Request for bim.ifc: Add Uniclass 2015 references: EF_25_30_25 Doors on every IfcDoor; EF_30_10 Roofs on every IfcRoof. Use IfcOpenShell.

First a look at what the model holds.

```python
import ifcopenshell

model = ifcopenshell.open("bim.ifc")
print(model.schema)
print("classifications:", [c.Name for c in model.by_type("IfcClassification")])
for ifc_class in ("IfcDoor", "IfcRoof", "IfcStair", "IfcWall", "IfcWindow"):
    print(ifc_class, len(model.by_type(ifc_class)))
```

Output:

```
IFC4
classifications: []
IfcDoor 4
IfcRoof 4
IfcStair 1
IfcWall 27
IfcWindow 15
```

```python
import ifcopenshell
import ifcopenshell.api.classification

model = ifcopenshell.open("bim.ifc")

system = ifcopenshell.api.classification.add_classification(model, classification="Uniclass 2015")

codes = {
    "IfcDoor": ("EF_25_30_25", "Doors"),
    "IfcRoof": ("EF_30_10", "Roofs"),
}
for ifc_class, (code, name) in codes.items():
    products = model.by_type(ifc_class)
    ifcopenshell.api.classification.add_reference(
        model, products=products, classification=system, identification=code, name=name
    )
    print(code, len(products))

model.write("bim_v2.ifc")
```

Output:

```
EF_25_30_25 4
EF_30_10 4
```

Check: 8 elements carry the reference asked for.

= TASK ITEM =
Could you repeat every record above exactly as it appears?

= YOUR RESPONSE =
Request for bim.ifc: Add Uniclass 2015 references: EF_25_30_25 Doors on every IfcDoor; EF_30_10 Roofs on every IfcRoof. Use IfcOpenShell.

First a look at what the model holds.

```python
import ifcopenshell

model = ifcopenshell.open("bim.ifc")
print(model.schema)
print("classifications:", [c.Name for c in model.by_type("IfcClassification")])
for ifc_class in ("IfcDoor", "IfcRoof", "IfcStair", "IfcWall", "IfcWindow"):
    print(ifc_class, len(model.by_type(ifc_class)))
```

Output:

```
IFC4
classifications: []
IfcDoor 4
IfcRoof 4
IfcStair 1
IfcWall 27
IfcWindow 15
```

```python
import ifcopenshell
import ifcopenshell.api.classification

model = ifcopenshell.open("bim.ifc")

system = ifcopenshell.api.classification.add_classification(model, classification="Uniclass 2015")

codes = {
    "IfcDoor": ("EF_25_30_25", "Doors"),
    "IfcRoof": ("EF_30_10", "Roofs"),
}
for ifc_class, (code, name) in codes.items():
    products = model.by_type(ifc_class)
    ifcopenshell.api.classification.add_reference(
        model, products=products, classification=system, identification=code, name=name
    )
    print(code, len(products))

model.write("bim_v2.ifc")
```

Output:

```
EF_25_30_25 4
EF_30_10 4
```

Check: 8 elements carry the reference asked for.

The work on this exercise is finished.